• REQUIRED ACTION:
Identify all lines in the data containing the string "wood". Copy them out.

* * * * * * * * *

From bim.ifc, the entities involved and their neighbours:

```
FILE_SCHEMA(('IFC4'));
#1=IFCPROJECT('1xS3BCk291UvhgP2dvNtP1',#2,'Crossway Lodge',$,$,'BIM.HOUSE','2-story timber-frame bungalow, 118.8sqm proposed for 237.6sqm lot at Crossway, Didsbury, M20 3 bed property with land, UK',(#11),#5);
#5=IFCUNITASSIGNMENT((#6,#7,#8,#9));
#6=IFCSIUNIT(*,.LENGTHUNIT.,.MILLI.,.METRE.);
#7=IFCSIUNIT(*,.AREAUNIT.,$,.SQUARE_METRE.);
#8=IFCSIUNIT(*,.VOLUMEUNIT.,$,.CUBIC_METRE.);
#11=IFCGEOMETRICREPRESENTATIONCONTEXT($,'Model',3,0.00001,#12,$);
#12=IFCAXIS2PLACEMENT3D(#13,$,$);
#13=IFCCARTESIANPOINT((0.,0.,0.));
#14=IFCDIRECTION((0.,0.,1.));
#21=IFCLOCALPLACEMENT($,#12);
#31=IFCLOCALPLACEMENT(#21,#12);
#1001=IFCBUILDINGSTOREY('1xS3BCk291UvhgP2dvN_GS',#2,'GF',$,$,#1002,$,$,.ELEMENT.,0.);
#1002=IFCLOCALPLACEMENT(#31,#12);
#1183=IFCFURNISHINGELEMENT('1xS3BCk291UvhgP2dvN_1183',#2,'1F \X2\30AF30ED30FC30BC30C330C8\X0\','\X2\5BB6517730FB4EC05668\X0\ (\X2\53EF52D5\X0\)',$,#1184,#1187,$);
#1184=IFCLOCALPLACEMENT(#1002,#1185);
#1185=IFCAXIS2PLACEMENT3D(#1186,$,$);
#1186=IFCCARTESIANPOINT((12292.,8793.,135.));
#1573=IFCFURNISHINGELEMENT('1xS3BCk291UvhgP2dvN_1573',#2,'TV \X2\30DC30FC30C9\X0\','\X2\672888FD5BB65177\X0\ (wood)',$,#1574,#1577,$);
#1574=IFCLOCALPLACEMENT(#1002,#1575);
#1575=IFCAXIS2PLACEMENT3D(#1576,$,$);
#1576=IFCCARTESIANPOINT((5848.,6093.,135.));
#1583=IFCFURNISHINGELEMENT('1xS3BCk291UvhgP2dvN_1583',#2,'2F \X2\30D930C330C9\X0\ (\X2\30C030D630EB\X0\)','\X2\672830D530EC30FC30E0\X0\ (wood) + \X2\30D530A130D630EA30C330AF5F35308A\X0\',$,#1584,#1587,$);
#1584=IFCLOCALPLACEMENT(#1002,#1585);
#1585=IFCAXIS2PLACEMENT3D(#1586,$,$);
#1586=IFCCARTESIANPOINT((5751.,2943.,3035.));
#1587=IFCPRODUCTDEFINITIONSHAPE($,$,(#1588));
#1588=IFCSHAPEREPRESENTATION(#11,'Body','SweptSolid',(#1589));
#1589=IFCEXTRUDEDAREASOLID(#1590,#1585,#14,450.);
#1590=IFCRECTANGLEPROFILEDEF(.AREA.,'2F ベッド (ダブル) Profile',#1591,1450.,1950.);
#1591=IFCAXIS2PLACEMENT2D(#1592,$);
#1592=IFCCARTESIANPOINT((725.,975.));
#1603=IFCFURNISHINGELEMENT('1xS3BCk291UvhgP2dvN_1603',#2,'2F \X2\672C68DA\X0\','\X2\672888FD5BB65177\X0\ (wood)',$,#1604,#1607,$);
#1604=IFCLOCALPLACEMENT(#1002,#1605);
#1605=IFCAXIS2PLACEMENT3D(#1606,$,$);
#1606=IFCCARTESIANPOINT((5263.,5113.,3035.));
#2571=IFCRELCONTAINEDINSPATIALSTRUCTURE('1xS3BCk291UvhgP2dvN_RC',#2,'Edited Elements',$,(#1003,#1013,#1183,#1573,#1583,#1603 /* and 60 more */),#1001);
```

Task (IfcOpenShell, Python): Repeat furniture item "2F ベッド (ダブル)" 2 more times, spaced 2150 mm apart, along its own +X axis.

```python
import ifcopenshell
import ifcopenshell.api.geometry
import ifcopenshell.api.root
import ifcopenshell.util.element
import ifcopenshell.util.placement
import ifcopenshell.util.unit

model = ifcopenshell.open("bim.ifc")
unit_scale = ifcopenshell.util.unit.calculate_unit_scale(model)


def reuse_history(source, copy):
    """copy_class also copies each property set's owner history, people and application; keep the originals."""
    for rel in copy.IsDefinedBy:
        if rel.is_a("IfcRelDefinesByProperties") and (history := rel.RelatingPropertyDefinition.OwnerHistory):
            rel.RelatingPropertyDefinition.OwnerHistory = source.OwnerHistory
            ifcopenshell.util.element.remove_deep2(model, history)


source = model.by_id(1583)
base = ifcopenshell.util.placement.get_local_placement(source.ObjectPlacement)
step = base[:3, 0] * 2.15 / unit_scale

for i in range(1, 3):
    copy = ifcopenshell.api.root.copy_class(model, product=source)
    copy.Representation = ifcopenshell.util.element.copy_deep(
        model, source.Representation, exclude=["IfcGeometricRepresentationContext", "IfcRepresentationMap"]
    )
    reuse_history(source, copy)
    matrix = base.copy()
    matrix[:3, 3] += i * step
    print("added at", matrix[:3, 3].round(3) + 0.0)
    ifcopenshell.api.geometry.edit_object_placement(model, product=copy, matrix=matrix, is_si=False)

model.write("bim_rev.ifc")
```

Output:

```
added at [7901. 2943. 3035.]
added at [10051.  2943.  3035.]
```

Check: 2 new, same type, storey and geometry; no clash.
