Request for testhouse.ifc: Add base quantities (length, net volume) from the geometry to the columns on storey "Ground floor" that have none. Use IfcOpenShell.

First a look at what the model holds.

```python
import ifcopenshell
import ifcopenshell.util.element
import ifcopenshell.util.unit

model = ifcopenshell.open("testhouse.ifc")
print(model.schema)
for unit_type in ("LENGTHUNIT", "AREAUNIT", "VOLUMEUNIT"):
    print(unit_type, ifcopenshell.util.unit.calculate_unit_scale(model, unit_type))
storey = next(s for s in model.by_type("IfcBuildingStorey") if s.Name == "Ground floor")
columns = [e for e in ifcopenshell.util.element.get_decomposition(storey) if e.is_a("IfcColumn")]
for e in sorted(columns, key=lambda e: e.id()):
    print(e.id(), e.is_a(), e.Name, list(ifcopenshell.util.element.get_psets(e, qtos_only=True)), sep=" | ")
```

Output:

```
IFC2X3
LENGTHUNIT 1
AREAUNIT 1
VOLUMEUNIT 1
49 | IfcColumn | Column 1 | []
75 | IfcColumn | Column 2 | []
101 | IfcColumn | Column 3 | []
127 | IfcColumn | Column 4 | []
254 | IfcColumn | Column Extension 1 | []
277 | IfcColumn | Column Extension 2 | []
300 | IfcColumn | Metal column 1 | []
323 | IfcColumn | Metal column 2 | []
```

```python
import ifcopenshell
import ifcopenshell.api.pset
import ifcopenshell.geom
import ifcopenshell.util.element
import ifcopenshell.util.shape
import ifcopenshell.util.unit

model = ifcopenshell.open("testhouse.ifc")
unit_scale = ifcopenshell.util.unit.calculate_unit_scale(model)
volume_scale = ifcopenshell.util.unit.calculate_unit_scale(model, "VOLUMEUNIT")
settings = ifcopenshell.geom.settings()

storey = next(s for s in model.by_type("IfcBuildingStorey") if s.Name == "Ground floor")
columns = [e for e in ifcopenshell.util.element.get_decomposition(storey) if e.is_a("IfcColumn")]

for e in sorted(columns, key=lambda e: e.id()):
    if ifcopenshell.util.element.get_psets(e, qtos_only=True, should_inherit=False):
        continue
    # Geometry comes back in metres, in the element's own axes.
    shape = ifcopenshell.geom.create_shape(settings, e)
    values = {
        "Length": ifcopenshell.util.shape.get_z(shape.geometry) / unit_scale,
        "NetVolume": ifcopenshell.util.shape.get_volume(shape.geometry) / volume_scale,
    }
    qto = ifcopenshell.api.pset.add_qto(model, product=e, name="BaseQuantities")
    ifcopenshell.api.pset.edit_qto(model, qto=qto, properties=values)
    print(e.id(), {k: round(v, 3) for k, v in values.items()})

model.write("testhouse_edited.ifc")
```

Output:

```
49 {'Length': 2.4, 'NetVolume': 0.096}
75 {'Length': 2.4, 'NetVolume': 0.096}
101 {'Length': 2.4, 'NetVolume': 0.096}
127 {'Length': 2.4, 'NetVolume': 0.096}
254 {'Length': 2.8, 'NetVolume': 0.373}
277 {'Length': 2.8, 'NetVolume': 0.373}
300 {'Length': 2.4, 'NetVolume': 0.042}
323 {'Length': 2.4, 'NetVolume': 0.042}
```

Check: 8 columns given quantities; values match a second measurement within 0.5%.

* * * * * * * * *

• ANSWER:
#1573=IFCFURNISHINGELEMENT('1xS3BCk291UvhgP2dvN_1573',#2,'TV \X2\30DC30FC30C9\X0\','\X2\672888FD5BB65177\X0\ (wood)',$,#1574,#1577,$);
#1583=IFCFURNISHINGELEMENT('1xS3BCk291UvhgP2dvN_1583',#2,'2F \X2\30D930C330C9\X0\ (\X2\30C030D630EB\X0\)','\X2\672830D530EC30FC30E0\X0\ (wood) + \X2\30D530A130D630EA30C330AF5F35308A\X0\',$,#1584,#1587,$);
#1603=IFCFURNISHINGELEMENT('1xS3BCk291UvhgP2dvN_1603',#2,'2F \X2\672C68DA\X0\','\X2\672888FD5BB65177\X0\ (wood)',$,#1604,#1607,$);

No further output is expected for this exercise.